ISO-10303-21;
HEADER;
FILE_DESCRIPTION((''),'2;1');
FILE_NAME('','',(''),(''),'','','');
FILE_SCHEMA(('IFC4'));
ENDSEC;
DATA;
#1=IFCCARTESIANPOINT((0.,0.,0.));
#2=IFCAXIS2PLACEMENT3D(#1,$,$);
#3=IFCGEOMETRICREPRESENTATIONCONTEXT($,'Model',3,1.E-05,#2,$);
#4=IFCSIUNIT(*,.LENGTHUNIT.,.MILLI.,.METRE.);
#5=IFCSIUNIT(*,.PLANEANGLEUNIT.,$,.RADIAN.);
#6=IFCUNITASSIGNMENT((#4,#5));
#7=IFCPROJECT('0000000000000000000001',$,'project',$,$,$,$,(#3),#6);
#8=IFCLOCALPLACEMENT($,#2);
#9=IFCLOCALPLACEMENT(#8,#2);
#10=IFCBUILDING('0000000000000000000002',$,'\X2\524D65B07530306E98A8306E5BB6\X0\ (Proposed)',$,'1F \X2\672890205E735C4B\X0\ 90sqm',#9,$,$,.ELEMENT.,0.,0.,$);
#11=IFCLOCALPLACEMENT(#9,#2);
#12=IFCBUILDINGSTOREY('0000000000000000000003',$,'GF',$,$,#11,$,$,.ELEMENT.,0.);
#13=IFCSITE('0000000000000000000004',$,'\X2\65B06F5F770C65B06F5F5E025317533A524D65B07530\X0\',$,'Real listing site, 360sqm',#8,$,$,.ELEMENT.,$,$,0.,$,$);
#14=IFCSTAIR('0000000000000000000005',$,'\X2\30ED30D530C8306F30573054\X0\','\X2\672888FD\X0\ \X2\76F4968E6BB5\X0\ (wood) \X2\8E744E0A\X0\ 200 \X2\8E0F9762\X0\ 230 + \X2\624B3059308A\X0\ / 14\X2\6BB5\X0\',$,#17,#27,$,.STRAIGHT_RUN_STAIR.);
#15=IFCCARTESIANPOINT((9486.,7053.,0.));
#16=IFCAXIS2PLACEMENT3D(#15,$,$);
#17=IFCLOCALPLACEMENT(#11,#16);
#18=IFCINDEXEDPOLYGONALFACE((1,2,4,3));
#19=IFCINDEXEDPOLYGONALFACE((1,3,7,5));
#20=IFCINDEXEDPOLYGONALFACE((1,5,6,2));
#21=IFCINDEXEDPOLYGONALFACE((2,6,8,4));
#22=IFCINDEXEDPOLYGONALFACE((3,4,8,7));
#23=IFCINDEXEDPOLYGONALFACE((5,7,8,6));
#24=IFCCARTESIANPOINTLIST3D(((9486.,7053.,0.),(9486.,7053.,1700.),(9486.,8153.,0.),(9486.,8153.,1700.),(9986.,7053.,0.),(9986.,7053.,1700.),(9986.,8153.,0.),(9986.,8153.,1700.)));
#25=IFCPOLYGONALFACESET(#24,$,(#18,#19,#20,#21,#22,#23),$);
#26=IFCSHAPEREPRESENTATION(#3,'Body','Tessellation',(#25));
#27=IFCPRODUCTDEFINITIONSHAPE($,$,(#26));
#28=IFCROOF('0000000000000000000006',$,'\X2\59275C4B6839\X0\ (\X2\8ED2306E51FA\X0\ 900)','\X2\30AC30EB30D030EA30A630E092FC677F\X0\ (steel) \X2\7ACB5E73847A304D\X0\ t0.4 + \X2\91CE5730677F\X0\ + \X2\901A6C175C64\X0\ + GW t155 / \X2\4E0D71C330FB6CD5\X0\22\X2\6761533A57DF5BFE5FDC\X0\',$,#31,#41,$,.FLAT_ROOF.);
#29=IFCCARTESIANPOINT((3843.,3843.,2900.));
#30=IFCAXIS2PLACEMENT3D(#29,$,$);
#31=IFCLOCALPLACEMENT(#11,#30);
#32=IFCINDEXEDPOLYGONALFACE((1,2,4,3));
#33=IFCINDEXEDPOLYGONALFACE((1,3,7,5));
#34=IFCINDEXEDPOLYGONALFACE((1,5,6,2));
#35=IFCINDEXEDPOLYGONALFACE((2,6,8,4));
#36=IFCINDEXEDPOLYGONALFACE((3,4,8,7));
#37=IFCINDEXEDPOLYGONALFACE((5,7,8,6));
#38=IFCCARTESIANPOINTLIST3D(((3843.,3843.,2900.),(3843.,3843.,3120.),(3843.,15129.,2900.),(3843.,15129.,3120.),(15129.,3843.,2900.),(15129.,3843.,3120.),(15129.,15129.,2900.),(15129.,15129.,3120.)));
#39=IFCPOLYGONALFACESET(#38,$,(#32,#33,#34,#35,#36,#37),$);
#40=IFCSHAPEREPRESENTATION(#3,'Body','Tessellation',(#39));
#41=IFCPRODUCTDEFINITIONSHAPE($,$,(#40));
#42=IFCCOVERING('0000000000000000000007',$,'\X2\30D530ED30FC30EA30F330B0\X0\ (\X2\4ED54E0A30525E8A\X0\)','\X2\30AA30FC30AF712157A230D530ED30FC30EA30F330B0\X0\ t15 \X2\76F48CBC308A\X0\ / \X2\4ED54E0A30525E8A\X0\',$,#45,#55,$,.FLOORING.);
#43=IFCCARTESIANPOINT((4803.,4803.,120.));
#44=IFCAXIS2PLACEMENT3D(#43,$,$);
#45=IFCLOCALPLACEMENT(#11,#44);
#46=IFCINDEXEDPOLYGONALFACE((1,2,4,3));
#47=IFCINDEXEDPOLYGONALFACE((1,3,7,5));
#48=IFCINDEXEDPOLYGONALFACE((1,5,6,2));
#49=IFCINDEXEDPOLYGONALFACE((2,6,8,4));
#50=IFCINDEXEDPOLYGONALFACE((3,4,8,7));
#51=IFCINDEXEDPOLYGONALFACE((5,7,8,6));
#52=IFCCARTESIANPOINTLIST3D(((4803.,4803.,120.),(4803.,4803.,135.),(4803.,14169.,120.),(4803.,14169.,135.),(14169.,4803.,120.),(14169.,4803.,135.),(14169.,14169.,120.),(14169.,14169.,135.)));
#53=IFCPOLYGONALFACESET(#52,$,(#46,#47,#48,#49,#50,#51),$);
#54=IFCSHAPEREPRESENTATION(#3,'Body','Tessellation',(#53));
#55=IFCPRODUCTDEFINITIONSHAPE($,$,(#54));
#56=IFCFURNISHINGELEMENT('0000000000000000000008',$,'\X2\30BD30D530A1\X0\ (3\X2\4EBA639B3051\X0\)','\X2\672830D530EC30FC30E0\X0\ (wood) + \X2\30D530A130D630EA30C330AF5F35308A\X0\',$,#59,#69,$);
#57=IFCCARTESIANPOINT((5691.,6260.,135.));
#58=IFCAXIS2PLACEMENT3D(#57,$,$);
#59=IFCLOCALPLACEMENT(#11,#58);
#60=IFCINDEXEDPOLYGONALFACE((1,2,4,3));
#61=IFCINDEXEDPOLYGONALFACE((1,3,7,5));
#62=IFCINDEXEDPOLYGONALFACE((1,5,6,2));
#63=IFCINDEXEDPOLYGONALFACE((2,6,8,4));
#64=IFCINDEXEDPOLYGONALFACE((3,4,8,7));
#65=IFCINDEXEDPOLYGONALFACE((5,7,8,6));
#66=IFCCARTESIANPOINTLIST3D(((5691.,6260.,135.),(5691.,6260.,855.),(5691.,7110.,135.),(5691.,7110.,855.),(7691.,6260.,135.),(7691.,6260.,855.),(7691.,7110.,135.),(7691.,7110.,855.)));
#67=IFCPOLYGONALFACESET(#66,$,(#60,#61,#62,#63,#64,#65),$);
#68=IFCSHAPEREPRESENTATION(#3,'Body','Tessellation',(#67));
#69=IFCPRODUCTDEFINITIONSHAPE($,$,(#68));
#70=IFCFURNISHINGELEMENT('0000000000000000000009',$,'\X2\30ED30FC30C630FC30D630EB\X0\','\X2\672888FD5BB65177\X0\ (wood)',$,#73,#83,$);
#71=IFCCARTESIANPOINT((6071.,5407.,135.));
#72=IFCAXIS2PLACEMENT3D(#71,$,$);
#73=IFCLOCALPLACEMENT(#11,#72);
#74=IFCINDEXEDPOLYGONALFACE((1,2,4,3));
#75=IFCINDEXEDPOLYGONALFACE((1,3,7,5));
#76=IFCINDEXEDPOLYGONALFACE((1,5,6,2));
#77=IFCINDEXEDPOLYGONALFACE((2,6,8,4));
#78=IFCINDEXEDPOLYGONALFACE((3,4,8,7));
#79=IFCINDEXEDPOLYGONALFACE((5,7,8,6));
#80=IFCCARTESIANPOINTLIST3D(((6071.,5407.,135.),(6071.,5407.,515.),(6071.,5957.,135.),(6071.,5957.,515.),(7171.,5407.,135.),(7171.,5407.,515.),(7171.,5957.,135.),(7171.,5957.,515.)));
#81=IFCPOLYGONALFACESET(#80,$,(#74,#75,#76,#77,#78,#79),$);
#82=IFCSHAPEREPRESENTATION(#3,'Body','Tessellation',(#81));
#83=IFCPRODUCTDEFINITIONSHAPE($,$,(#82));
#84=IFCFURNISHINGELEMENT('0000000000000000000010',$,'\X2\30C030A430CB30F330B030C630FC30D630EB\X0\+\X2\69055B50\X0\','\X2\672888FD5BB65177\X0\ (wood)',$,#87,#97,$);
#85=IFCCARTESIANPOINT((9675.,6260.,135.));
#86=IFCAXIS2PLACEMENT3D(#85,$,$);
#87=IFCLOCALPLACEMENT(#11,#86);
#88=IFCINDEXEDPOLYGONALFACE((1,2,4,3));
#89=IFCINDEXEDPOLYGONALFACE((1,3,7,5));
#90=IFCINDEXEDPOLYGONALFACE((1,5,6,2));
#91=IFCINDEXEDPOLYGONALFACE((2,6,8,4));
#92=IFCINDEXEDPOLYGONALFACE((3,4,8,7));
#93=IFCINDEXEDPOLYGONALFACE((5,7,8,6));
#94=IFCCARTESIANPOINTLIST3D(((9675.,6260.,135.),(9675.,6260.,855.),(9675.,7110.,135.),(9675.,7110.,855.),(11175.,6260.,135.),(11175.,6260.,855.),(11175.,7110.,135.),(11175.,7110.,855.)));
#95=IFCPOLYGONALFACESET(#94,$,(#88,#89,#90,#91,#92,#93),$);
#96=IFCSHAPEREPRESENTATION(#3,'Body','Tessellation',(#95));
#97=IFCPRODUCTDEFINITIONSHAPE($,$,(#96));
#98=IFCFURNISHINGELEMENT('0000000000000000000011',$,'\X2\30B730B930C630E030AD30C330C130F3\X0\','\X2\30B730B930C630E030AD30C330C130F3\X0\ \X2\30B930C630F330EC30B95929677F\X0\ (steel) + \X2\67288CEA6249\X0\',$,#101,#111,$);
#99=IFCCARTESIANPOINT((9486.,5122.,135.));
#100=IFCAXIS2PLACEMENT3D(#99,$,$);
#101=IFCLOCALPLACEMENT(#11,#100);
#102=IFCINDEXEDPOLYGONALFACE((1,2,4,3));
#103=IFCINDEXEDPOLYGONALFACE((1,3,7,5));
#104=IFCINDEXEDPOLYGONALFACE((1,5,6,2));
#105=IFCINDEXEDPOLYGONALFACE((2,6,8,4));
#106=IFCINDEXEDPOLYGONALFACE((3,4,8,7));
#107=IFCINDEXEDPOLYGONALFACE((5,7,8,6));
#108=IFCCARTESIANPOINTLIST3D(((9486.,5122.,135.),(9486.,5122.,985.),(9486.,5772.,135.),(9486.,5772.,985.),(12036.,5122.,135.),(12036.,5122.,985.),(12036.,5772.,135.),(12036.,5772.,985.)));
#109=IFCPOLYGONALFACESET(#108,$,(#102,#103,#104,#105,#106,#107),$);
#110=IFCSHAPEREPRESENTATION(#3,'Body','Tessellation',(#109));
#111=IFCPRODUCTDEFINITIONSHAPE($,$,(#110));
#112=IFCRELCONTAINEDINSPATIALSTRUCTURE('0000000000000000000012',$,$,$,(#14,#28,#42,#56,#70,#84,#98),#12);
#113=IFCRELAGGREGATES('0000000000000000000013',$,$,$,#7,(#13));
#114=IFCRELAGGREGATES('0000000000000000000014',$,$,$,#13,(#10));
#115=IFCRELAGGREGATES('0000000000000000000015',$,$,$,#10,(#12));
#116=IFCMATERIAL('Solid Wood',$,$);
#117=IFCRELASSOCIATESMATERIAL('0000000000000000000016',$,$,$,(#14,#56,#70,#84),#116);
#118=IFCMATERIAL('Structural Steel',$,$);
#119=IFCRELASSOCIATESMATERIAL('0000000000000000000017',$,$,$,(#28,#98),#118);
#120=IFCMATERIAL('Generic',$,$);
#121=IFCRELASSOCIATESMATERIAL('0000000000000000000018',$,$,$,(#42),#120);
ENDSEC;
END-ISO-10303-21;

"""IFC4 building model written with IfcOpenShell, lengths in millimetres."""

from ifc_helpers import new_model, si_unit, frame, frame_2d, origin, place, context, project, spatial, rectangle, extrude, material, element, save


model = new_model("IFC4")

# Units and contexts
model_context = context("Model", 3, precision=1e-05, world=origin())
ifc_project = project(units=[si_unit("LENGTHUNIT", "METRE", prefix="MILLI"), si_unit("PLANEANGLEUNIT", "RADIAN")], contexts=[model_context])

# Site, building, storey
site_placement = place(None, origin())
site = spatial("IfcSite", under=ifc_project, at=site_placement, Name="新潟県新潟市北区前新田", ObjectType="Real listing site, 360sqm", CompositionType="ELEMENT", RefElevation=0.0)
building_placement = place(site_placement, origin())
building = spatial("IfcBuilding", under=site, at=building_placement, Name="前新田の風の家 (Proposed)", ObjectType="1F 木造平屋 90sqm", CompositionType="ELEMENT", ElevationOfRefHeight=0.0, ElevationOfTerrain=0.0)
storey_placement = place(building_placement, origin())
storey = spatial("IfcBuildingStorey", under=building, at=storey_placement, Name="GF", CompositionType="ELEMENT", Elevation=0.0)

# Shared definitions
ifc_material_1 = material(Name="Solid Wood")

# Stair
stair_placement = place(storey_placement, frame((9486.0, 7053.0, 0.0)))
element("IfcStair", 1, at=stair_placement, inside=storey, material=ifc_material_1, Name="ロフトはしご", Description="木製 直階段 (wood) 蹴上 200 踏面 230 + 手すり / 14段", PredefinedType="STRAIGHT_RUN_STAIR", context=model_context, shape_type="SweptSolid", body=[
    extrude(rectangle(XDim=500.0, YDim=1100.0, at=frame_2d((250.0, 550.0))), frame((9486.0, 7053.0, 0.0)), (0.0, 0.0, 1.0), 1700.0),
])

# Roof
ifc_material_2 = material(Name="Structural Steel")
roof_placement = place(storey_placement, frame((3843.0, 3843.0, 2900.0)))
element("IfcRoof", 2, at=roof_placement, inside=storey, material=ifc_material_2, Name="大屋根 (軒の出 900)", Description="ガルバリウム鋼板 (steel) 立平葺き t0.4 + 野地板 + 通気層 + GW t155 / 不燃・法22条区域対応", PredefinedType="FLAT_ROOF", context=model_context, shape_type="SweptSolid", body=[
    extrude(rectangle(XDim=11286.0, YDim=11286.0, at=frame_2d((5643.0, 5643.0))), frame((3843.0, 3843.0, 2900.0)), (0.0, 0.0, 1.0), 220.0),
])

# Covering
ifc_material_3 = material(Name="Generic")
covering_placement = place(storey_placement, frame((4803.0, 4803.0, 120.0)))
element("IfcCovering", 3, at=covering_placement, inside=storey, material=ifc_material_3, Name="フローリング (仕上げ床)", Description="オーク無垢フローリング t15 直貼り / 仕上げ床", PredefinedType="FLOORING", context=model_context, shape_type="SweptSolid", body=[
    extrude(rectangle(XDim=9366.0, YDim=9366.0, at=frame_2d((4683.0, 4683.0))), frame((4803.0, 4803.0, 120.0)), (0.0, 0.0, 1.0), 15.0),
])

# Furnishing elements
furnishing_1_placement = place(storey_placement, frame((5691.0, 6260.0, 135.0)))
element("IfcFurnishingElement", 4, at=furnishing_1_placement, inside=storey, material=ifc_material_1, Name="ソファ (3人掛け)", Description="木フレーム (wood) + ファブリック張り", context=model_context, shape_type="SweptSolid", body=[
    extrude(rectangle(XDim=2000.0, YDim=850.0, at=frame_2d((1000.0, 425.0))), frame((5691.0, 6260.0, 135.0)), (0.0, 0.0, 1.0), 720.0),
])
furnishing_2_placement = place(storey_placement, frame((6071.0, 5407.0, 135.0)))
element("IfcFurnishingElement", 5, at=furnishing_2_placement, inside=storey, material=ifc_material_1, Name="ローテーブル", Description="木製家具 (wood)", context=model_context, shape_type="SweptSolid", body=[
    extrude(rectangle(XDim=1100.0, YDim=550.0, at=frame_2d((550.0, 275.0))), frame((6071.0, 5407.0, 135.0)), (0.0, 0.0, 1.0), 380.0),
])
furnishing_3_placement = place(storey_placement, frame((9675.0, 6260.0, 135.0)))
element("IfcFurnishingElement", 6, at=furnishing_3_placement, inside=storey, material=ifc_material_1, Name="ダイニングテーブル+椅子", Description="木製家具 (wood)", context=model_context, shape_type="SweptSolid", body=[
    extrude(rectangle(XDim=1500.0, YDim=850.0, at=frame_2d((750.0, 425.0))), frame((9675.0, 6260.0, 135.0)), (0.0, 0.0, 1.0), 720.0),
])
furnishing_4_placement = place(storey_placement, frame((9486.0, 5122.0, 135.0)))
element("IfcFurnishingElement", 7, at=furnishing_4_placement, inside=storey, material=ifc_material_2, Name="システムキッチン", Description="システムキッチン ステンレス天板 (steel) + 木質扉", context=model_context, shape_type="SweptSolid", body=[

##########

## WHAT YOU ARE ASKED TO DO
Write down, word for word, the lines above from the one containing "#15=IFCCARTESIANPOINT((9486.,7053.,0.));" through the one containing "#22=IFCINDEXEDPOLYGONALFACE((3,4,8,7));", both ends included.

## EXERCISE RESULT
#15=IFCCARTESIANPOINT((9486.,7053.,0.));
#16=IFCAXIS2PLACEMENT3D(#15,$,$);
#17=IFCLOCALPLACEMENT(#11,#16);
#18=IFCINDEXEDPOLYGONALFACE((1,2,4,3));
#19=IFCINDEXEDPOLYGONALFACE((1,3,7,5));
#20=IFCINDEXEDPOLYGONALFACE((1,5,6,2));
#21=IFCINDEXEDPOLYGONALFACE((2,6,8,4));
#22=IFCINDEXEDPOLYGONALFACE((3,4,8,7));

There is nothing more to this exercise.